## [Data to examine]
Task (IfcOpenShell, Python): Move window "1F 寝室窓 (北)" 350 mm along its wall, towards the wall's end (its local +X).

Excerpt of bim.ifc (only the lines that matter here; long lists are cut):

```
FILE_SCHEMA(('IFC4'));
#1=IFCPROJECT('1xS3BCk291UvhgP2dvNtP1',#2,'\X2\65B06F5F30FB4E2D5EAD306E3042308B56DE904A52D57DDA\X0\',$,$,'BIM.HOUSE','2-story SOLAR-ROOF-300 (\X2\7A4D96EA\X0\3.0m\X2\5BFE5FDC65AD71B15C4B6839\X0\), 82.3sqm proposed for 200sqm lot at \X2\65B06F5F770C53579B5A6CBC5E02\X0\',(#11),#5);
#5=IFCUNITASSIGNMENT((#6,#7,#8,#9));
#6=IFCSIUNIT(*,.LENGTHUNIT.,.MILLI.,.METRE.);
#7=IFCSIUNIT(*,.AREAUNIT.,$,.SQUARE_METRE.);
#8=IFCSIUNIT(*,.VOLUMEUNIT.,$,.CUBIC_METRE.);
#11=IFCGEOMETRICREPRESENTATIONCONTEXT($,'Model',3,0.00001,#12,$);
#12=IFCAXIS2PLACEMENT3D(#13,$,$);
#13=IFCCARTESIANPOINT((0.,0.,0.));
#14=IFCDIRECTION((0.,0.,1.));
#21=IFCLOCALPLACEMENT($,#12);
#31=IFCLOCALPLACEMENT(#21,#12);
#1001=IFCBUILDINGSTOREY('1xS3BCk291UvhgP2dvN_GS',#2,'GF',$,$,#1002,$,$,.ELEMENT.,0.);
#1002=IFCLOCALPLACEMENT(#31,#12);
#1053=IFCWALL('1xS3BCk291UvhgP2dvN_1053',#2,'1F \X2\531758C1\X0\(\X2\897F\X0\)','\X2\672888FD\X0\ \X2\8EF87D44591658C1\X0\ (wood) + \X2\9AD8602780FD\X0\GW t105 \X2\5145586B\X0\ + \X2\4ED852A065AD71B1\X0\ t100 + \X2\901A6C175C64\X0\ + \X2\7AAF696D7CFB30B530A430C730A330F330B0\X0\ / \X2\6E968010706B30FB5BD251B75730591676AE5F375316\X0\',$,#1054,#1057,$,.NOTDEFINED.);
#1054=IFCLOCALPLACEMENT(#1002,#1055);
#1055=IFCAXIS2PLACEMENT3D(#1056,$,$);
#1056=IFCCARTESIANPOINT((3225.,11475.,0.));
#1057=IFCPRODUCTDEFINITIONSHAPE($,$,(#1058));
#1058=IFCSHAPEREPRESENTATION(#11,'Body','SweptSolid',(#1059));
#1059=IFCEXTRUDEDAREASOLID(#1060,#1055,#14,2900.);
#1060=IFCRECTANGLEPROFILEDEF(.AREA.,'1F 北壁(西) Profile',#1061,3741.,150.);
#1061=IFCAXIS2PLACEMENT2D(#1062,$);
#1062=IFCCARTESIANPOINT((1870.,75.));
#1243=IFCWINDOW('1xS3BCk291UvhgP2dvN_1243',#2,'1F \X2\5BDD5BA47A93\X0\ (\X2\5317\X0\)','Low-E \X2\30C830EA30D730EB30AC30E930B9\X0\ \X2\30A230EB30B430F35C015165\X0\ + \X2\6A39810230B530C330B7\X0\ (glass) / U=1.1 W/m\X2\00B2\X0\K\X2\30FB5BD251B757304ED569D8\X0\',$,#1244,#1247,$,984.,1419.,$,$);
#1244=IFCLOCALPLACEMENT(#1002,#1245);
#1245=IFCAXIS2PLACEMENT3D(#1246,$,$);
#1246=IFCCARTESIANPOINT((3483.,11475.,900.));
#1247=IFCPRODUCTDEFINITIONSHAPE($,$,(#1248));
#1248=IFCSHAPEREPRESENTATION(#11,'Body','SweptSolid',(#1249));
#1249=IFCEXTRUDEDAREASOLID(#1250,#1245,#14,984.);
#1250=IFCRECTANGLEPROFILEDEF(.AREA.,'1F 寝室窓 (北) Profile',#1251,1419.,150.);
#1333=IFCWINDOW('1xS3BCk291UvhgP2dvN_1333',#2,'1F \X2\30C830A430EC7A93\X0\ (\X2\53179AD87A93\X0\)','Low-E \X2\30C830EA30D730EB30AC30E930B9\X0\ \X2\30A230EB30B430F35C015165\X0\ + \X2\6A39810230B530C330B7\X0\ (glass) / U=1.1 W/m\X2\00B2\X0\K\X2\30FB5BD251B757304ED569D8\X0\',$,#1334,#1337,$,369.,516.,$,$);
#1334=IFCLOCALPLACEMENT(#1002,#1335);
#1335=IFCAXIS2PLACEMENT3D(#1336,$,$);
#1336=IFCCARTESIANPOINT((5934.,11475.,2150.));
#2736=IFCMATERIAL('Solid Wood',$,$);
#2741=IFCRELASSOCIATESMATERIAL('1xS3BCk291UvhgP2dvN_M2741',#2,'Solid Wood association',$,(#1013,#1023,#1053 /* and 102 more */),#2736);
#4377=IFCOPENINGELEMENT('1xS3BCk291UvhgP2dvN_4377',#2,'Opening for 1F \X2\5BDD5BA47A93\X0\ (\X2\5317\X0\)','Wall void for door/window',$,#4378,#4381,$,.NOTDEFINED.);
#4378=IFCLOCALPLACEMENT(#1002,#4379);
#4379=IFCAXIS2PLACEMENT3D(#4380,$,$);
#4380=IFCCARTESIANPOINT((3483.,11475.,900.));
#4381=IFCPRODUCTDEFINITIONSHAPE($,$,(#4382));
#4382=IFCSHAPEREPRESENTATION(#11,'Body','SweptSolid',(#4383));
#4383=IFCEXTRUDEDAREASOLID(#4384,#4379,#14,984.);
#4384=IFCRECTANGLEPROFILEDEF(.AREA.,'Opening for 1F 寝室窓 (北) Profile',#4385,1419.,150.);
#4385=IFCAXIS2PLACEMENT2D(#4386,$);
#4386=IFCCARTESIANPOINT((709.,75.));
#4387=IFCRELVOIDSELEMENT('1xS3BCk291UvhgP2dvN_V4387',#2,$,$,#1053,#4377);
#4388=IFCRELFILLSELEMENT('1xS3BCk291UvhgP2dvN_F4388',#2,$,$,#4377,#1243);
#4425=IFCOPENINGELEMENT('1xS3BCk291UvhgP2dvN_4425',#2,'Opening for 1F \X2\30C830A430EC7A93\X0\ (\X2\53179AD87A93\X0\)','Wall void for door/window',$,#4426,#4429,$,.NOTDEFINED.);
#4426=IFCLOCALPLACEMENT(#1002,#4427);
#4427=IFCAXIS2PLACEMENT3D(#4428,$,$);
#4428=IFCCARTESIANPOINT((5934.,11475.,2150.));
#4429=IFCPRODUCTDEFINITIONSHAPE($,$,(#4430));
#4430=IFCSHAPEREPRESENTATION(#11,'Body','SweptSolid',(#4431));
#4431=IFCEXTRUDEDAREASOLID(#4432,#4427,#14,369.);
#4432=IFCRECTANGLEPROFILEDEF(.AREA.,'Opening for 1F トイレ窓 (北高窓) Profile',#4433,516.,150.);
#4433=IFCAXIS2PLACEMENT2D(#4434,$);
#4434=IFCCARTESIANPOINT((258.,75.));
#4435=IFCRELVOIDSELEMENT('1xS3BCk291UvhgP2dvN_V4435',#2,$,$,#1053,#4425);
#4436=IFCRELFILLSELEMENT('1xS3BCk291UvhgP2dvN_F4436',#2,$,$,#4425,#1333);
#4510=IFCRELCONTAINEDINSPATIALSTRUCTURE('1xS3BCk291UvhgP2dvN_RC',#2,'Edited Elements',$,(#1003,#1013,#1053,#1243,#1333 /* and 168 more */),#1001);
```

```python
import ifcopenshell
import ifcopenshell.api.geometry
import ifcopenshell.util.placement
import ifcopenshell.util.unit

model = ifcopenshell.open("bim.ifc")
unit_scale = ifcopenshell.util.unit.calculate_unit_scale(model)

window = model.by_guid("1xS3BCk291UvhgP2dvN_1243")
opening = window.FillsVoids[0].RelatingOpeningElement
wall = opening.VoidsElements[0].RelatingBuildingElement

wall_matrix = ifcopenshell.util.placement.get_local_placement(wall.ObjectPlacement)
shift = wall_matrix[:3, 0] * 0.35 / unit_scale
before = ifcopenshell.util.placement.get_local_placement(window.ObjectPlacement)[:3, 3].copy()

# The window is not placed relative to its opening, so move both.
for product in (opening, window):
    matrix = ifcopenshell.util.placement.get_local_placement(product.ObjectPlacement)
    matrix[:3, 3] += shift
    ifcopenshell.api.geometry.edit_object_placement(model, product=product, matrix=matrix, is_si=False)

after = ifcopenshell.util.placement.get_local_placement(window.ObjectPlacement)[:3, 3]
print("window moved by", (after - before).round(3) + 0.0)

model.write("bim_v2.ifc")
```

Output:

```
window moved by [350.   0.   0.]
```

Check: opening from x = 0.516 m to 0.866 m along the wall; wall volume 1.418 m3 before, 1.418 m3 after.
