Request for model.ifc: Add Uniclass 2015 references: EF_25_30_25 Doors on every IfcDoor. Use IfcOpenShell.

First a look at what the model holds.

```python
import ifcopenshell

model = ifcopenshell.open("model.ifc")
print(model.schema)
print("classifications:", [c.Name for c in model.by_type("IfcClassification")])
for ifc_class in ("IfcDoor", "IfcRoof", "IfcStair", "IfcWall", "IfcWindow"):
    print(ifc_class, len(model.by_type(ifc_class)))
```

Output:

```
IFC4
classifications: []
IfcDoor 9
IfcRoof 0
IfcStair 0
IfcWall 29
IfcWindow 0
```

```python
import ifcopenshell
import ifcopenshell.api.classification

model = ifcopenshell.open("model.ifc")

system = ifcopenshell.api.classification.add_classification(model, classification="Uniclass 2015")

codes = {
    "IfcDoor": ("EF_25_30_25", "Doors"),
}
for ifc_class, (code, name) in codes.items():
    products = model.by_type(ifc_class)
    ifcopenshell.api.classification.add_reference(
        model, products=products, classification=system, identification=code, name=name
    )
    print(code, len(products))

model.write("model_v2.ifc")
```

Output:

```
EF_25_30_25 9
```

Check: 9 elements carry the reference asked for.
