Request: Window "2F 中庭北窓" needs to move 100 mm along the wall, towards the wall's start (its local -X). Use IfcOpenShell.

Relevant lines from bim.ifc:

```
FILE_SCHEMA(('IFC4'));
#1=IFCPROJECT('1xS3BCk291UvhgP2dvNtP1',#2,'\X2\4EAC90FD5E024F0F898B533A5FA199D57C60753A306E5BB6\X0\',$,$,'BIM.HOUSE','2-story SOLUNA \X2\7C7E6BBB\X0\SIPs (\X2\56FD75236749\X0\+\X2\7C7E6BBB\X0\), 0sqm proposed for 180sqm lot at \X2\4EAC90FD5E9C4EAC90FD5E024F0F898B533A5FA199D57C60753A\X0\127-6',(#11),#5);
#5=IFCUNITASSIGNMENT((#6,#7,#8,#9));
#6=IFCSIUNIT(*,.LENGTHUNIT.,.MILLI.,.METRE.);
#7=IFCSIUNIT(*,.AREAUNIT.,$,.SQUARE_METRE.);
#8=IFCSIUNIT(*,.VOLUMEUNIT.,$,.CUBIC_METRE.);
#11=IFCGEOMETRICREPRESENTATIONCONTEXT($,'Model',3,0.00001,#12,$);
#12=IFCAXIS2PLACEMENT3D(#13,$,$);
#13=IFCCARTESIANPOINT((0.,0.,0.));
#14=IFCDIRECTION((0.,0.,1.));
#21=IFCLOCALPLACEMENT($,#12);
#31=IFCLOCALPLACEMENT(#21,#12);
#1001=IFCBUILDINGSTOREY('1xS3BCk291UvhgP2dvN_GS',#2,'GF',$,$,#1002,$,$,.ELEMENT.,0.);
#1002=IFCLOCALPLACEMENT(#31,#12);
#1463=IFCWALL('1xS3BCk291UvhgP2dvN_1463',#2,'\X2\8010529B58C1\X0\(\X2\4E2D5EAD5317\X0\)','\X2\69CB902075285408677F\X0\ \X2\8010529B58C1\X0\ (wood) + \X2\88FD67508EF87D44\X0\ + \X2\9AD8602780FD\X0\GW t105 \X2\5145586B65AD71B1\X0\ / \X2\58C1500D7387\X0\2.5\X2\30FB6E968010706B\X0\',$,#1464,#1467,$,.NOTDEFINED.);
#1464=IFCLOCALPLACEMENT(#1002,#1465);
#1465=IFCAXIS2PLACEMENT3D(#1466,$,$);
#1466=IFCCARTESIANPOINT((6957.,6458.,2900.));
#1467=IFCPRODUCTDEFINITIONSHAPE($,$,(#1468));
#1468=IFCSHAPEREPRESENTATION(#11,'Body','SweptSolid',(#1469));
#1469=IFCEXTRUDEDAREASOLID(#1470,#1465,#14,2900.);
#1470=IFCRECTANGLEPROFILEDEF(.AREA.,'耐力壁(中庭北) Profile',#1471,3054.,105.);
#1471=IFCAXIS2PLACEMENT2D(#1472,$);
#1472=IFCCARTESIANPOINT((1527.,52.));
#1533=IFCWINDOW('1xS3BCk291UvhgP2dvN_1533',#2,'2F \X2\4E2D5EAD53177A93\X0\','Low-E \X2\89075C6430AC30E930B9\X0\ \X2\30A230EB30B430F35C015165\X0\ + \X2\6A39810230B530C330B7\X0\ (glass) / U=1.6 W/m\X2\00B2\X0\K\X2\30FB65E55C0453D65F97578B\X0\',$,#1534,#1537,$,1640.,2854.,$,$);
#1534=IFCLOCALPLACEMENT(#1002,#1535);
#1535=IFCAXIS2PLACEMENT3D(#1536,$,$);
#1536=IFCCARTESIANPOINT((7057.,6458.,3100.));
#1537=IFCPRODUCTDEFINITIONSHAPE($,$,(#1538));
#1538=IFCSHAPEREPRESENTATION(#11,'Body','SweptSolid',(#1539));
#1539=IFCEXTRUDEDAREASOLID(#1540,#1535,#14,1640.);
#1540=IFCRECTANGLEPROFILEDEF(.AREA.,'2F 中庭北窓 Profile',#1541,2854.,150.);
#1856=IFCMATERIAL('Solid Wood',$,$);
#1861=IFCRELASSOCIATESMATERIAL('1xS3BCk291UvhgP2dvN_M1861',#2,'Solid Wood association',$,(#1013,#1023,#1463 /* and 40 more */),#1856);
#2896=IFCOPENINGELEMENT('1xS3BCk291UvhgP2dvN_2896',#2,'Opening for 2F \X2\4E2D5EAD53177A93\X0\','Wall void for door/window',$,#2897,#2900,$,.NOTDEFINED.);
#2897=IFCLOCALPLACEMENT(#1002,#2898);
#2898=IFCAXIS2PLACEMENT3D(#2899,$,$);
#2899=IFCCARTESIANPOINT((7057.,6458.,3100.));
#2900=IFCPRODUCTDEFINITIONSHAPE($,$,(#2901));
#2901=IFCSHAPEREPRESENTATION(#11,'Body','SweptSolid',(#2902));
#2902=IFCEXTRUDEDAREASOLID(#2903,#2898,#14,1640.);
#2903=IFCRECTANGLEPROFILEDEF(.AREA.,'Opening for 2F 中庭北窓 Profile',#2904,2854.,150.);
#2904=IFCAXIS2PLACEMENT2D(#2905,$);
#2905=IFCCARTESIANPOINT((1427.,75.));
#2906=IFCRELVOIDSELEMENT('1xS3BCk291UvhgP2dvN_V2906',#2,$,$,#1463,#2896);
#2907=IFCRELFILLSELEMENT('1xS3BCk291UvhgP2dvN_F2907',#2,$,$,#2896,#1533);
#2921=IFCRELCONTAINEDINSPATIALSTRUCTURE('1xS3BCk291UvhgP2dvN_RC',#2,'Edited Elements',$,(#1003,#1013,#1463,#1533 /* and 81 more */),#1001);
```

```python
import ifcopenshell
import ifcopenshell.api.geometry
import ifcopenshell.util.placement

model = ifcopenshell.open("bim.ifc")

window = model.by_guid("1xS3BCk291UvhgP2dvN_1533")
opening = window.FillsVoids[0].RelatingOpeningElement
wall = opening.VoidsElements[0].RelatingBuildingElement

wall_matrix = ifcopenshell.util.placement.get_local_placement(wall.ObjectPlacement)
shift = wall_matrix[:3, 0] * -100.0
before = ifcopenshell.util.placement.get_local_placement(window.ObjectPlacement)[:3, 3].copy()

# The window is not placed relative to its opening, so move both.
for product in (opening, window):
    matrix = ifcopenshell.util.placement.get_local_placement(product.ObjectPlacement)
    matrix[:3, 3] += shift
    ifcopenshell.api.geometry.edit_object_placement(model, product=product, matrix=matrix, is_si=False)

after = ifcopenshell.util.placement.get_local_placement(window.ObjectPlacement)[:3, 3]
print("window moved by", (after - before).round(3) + 0.0)

model.write("bim_v2.ifc")
```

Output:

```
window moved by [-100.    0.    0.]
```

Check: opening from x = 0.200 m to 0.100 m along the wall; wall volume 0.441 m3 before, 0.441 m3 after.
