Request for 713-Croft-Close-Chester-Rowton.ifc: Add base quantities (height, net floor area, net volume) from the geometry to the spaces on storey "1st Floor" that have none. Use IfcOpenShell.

First a look at what the model holds.

```python
import ifcopenshell
import ifcopenshell.util.element
import ifcopenshell.util.unit

model = ifcopenshell.open("713-Croft-Close-Chester-Rowton.ifc")
print(model.schema)
for unit_type in ("LENGTHUNIT", "AREAUNIT", "VOLUMEUNIT"):
    print(unit_type, ifcopenshell.util.unit.calculate_unit_scale(model, unit_type))
storey = next(s for s in model.by_type("IfcBuildingStorey") if s.Name == "1st Floor")
spaces = [e for e in ifcopenshell.util.element.get_decomposition(storey) if e.is_a("IfcSpace")]
for e in sorted(spaces, key=lambda e: e.id()):
    print(e.id(), e.is_a(), e.Name, list(ifcopenshell.util.element.get_psets(e, qtos_only=True)), sep=" | ")
```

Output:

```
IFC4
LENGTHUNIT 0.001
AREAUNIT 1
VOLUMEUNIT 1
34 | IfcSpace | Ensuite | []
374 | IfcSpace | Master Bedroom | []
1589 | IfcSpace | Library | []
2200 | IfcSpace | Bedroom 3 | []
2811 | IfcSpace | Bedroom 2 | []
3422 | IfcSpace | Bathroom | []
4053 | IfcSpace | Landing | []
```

```python
import ifcopenshell
import ifcopenshell.api.pset
import ifcopenshell.geom
import ifcopenshell.util.element
import ifcopenshell.util.shape
import ifcopenshell.util.unit

model = ifcopenshell.open("713-Croft-Close-Chester-Rowton.ifc")
unit_scale = ifcopenshell.util.unit.calculate_unit_scale(model)
area_scale = ifcopenshell.util.unit.calculate_unit_scale(model, "AREAUNIT")
volume_scale = ifcopenshell.util.unit.calculate_unit_scale(model, "VOLUMEUNIT")
settings = ifcopenshell.geom.settings()

storey = next(s for s in model.by_type("IfcBuildingStorey") if s.Name == "1st Floor")
spaces = [e for e in ifcopenshell.util.element.get_decomposition(storey) if e.is_a("IfcSpace")]

for e in sorted(spaces, key=lambda e: e.id()):
    if ifcopenshell.util.element.get_psets(e, qtos_only=True, should_inherit=False):
        continue
    # Geometry comes back in metres, in the element's own axes.
    shape = ifcopenshell.geom.create_shape(settings, e)
    values = {
        "Height": ifcopenshell.util.shape.get_z(shape.geometry) / unit_scale,
        "NetFloorArea": ifcopenshell.util.shape.get_footprint_area(shape.geometry) / area_scale,
        "NetVolume": ifcopenshell.util.shape.get_volume(shape.geometry) / volume_scale,
    }
    qto = ifcopenshell.api.pset.add_qto(model, product=e, name="Qto_SpaceBaseQuantities")
    ifcopenshell.api.pset.edit_qto(model, qto=qto, properties=values)
    print(e.id(), {k: round(v, 3) for k, v in values.items()})

model.write("713-Croft-Close-Chester-Rowton-out.ifc")
```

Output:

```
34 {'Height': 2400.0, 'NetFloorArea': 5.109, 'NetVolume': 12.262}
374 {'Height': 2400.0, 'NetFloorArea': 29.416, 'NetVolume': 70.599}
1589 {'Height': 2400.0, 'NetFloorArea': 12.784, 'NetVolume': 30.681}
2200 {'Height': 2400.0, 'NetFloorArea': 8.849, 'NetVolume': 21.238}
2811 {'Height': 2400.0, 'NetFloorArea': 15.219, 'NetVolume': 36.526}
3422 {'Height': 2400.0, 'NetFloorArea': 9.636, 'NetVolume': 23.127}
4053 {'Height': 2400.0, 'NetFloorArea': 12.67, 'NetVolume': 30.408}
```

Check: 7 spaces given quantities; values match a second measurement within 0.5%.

## [Task goal]
Search the data above for "IFCRELCONTAINEDINSPATIALSTRUCTURE" and copy every line where it turns up.

## [Answer section]
#4510=IFCRELCONTAINEDINSPATIALSTRUCTURE('1xS3BCk291UvhgP2dvN_RC',#2,'Edited Elements',$,(#1003,#1013,#1053,#1243,#1333 /* and 168 more */),#1001);
#2921=IFCRELCONTAINEDINSPATIALSTRUCTURE('1xS3BCk291UvhgP2dvN_RC',#2,'Edited Elements',$,(#1003,#1013,#1463,#1533 /* and 81 more */),#1001);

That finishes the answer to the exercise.